When You Smell Smoke...

Isn't it odd how things creep up on us? We've been seeing the signs for all of my life: climate change (then called global warming) was something we 80's kids knew was coming, but we were waiting for more "signs". We were told that as it progressed, as fear and eventually drought and sea-level-rise and food shortages happened, humanity would fall into civil strife. Eventually there would be an even bigger gap between the rich and the poor. Eventually there would be slow but widespread panic, as people noticed the signs and began competing for resources, power, and land, and eventually it would all devolve into collapse, and we'd either fall into war or climb out via revolution. Maybe both.

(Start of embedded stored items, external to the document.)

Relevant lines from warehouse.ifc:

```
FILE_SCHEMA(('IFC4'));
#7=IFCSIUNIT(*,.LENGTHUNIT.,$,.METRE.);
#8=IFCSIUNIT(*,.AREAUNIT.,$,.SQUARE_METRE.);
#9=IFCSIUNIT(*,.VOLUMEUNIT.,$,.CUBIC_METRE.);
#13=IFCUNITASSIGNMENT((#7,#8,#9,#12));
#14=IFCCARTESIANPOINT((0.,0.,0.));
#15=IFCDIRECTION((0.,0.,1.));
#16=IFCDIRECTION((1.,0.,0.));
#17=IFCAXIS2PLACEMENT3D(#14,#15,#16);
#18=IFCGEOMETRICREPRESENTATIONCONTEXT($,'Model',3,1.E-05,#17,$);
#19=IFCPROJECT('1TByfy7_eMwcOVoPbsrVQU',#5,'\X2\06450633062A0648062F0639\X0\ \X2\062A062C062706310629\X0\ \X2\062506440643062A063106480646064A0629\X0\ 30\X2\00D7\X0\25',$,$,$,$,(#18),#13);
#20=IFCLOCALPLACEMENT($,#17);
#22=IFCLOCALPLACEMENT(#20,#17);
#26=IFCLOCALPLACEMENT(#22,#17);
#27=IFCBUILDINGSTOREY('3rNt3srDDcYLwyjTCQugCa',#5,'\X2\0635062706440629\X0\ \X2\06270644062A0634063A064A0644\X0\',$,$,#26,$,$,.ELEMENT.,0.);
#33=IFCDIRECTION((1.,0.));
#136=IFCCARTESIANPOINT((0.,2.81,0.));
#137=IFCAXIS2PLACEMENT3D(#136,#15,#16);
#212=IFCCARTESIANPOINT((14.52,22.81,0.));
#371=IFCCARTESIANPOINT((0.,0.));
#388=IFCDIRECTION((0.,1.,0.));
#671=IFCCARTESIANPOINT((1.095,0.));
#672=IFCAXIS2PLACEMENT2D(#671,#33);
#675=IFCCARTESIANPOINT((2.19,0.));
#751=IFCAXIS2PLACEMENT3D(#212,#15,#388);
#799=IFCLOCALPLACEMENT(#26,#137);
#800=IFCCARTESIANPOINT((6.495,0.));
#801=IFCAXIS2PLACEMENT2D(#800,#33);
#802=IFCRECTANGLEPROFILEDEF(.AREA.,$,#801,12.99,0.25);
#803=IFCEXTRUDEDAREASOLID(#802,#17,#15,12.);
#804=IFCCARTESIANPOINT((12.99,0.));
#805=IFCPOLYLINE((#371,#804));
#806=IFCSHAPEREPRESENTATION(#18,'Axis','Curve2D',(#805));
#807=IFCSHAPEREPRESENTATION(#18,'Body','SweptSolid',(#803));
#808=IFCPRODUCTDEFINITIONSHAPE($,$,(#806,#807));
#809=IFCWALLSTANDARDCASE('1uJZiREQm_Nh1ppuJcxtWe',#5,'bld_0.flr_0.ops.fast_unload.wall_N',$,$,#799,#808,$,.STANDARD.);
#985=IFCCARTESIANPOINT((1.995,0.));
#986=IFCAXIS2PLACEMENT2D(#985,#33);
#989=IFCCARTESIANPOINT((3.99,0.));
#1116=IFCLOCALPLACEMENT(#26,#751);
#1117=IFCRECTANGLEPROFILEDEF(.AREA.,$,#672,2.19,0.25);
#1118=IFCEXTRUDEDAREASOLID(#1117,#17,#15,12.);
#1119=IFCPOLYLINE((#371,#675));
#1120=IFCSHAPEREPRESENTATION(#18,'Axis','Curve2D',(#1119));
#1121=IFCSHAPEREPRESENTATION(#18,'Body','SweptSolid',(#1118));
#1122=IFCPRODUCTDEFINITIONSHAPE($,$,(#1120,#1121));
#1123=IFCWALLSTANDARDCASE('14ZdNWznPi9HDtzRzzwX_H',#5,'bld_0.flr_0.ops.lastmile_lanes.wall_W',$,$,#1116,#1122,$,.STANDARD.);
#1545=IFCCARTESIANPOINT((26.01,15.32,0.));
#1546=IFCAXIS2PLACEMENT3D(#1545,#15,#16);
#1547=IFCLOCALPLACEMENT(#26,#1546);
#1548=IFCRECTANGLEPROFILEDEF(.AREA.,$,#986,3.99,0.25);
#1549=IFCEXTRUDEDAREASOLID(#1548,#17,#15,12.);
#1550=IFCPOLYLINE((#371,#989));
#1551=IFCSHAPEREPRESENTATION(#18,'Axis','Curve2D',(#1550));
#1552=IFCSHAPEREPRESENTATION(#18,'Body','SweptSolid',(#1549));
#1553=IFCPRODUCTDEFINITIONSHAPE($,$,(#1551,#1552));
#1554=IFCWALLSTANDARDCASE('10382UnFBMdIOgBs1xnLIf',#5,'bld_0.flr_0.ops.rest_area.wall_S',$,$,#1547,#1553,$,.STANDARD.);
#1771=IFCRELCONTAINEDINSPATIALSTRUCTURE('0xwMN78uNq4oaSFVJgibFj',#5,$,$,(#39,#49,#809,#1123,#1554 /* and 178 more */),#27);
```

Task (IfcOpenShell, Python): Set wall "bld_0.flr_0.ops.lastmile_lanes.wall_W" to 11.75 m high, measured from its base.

```python
import ifcopenshell
import ifcopenshell.geom
import ifcopenshell.util.shape
import ifcopenshell.util.unit

model = ifcopenshell.open("warehouse.ifc")
unit_scale = ifcopenshell.util.unit.calculate_unit_scale(model)
settings = ifcopenshell.geom.settings()


def volume(element):
    """Net volume in cubic metres, openings subtracted."""
    shape = ifcopenshell.geom.create_shape(settings, element)
    return ifcopenshell.util.shape.get_volume(shape.geometry)


wall = model.by_guid("14ZdNWznPi9HDtzRzzwX_H")
before = volume(wall)

body = next(r for r in wall.Representation.Representations if r.RepresentationIdentifier == "Body")
solid = body.Items[0]
old_height = solid.Depth
solid.Depth = 11.75 / unit_scale
after = volume(wall)

print(f"height {old_height:g} -> {solid.Depth:g}, volume {before:.3f} -> {after:.3f} m3")

model.write("warehouse_updated.ifc")
```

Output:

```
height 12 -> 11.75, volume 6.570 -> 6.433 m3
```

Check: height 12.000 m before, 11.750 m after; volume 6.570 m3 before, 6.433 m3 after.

Smoky red sunset as the wildfire smoke blanketed our island this summer.
The trouble is that every time we see the signs, every time these predictions work their way slowly into reality, they're like these wildfires that keep popping up all over the place this summer. We here on the coast hear the news, see it coming in bit by bit. We see the odd person bravely go north to help with the fires, and eventually the smoke drifts down to wrap us in its embrace, until our eyes sting and our throats tense, and we complain about the smoke and share sad stories of friends of friends whose livestock died or whose houses burned. But it's so much easier to go back to our beach dinners and festivals and family road trips, to lean on all our many privileges or blinders and just keep going, because we don't know how we'd fix it all anyway. Somebody else is doing that for us. We keep seeing the smoke drift in, but we're accustomed to it now. It's hardly different than last week.

The war or revolution will happen this way too: creeping and drifting until we're accustomed to it, like the smoke. Yes: Timbuktu, Quetta, Charlottesville, Ouagadougou, Konduga and stupid prejudiced quips by ignorant little men are acts of war. Each of these is a blanket of smoke billowing down through the valleys to tell you something is happening out there. When you sit down with your kids to help them understand white or financial or gender privilege, or when you make an effort to shop at the native-run lumber yard just because it's native-run, or when you choose not to buy that thing you don't really need... these are acts of revolution. Each of these is you looking up to the smoke and blowing some of it away.

Revolt. We can do it. We are doing it. We *must* look back in twenty years and know that we each individually did everything we could. Because when billions of us are doing that, we will BE the change.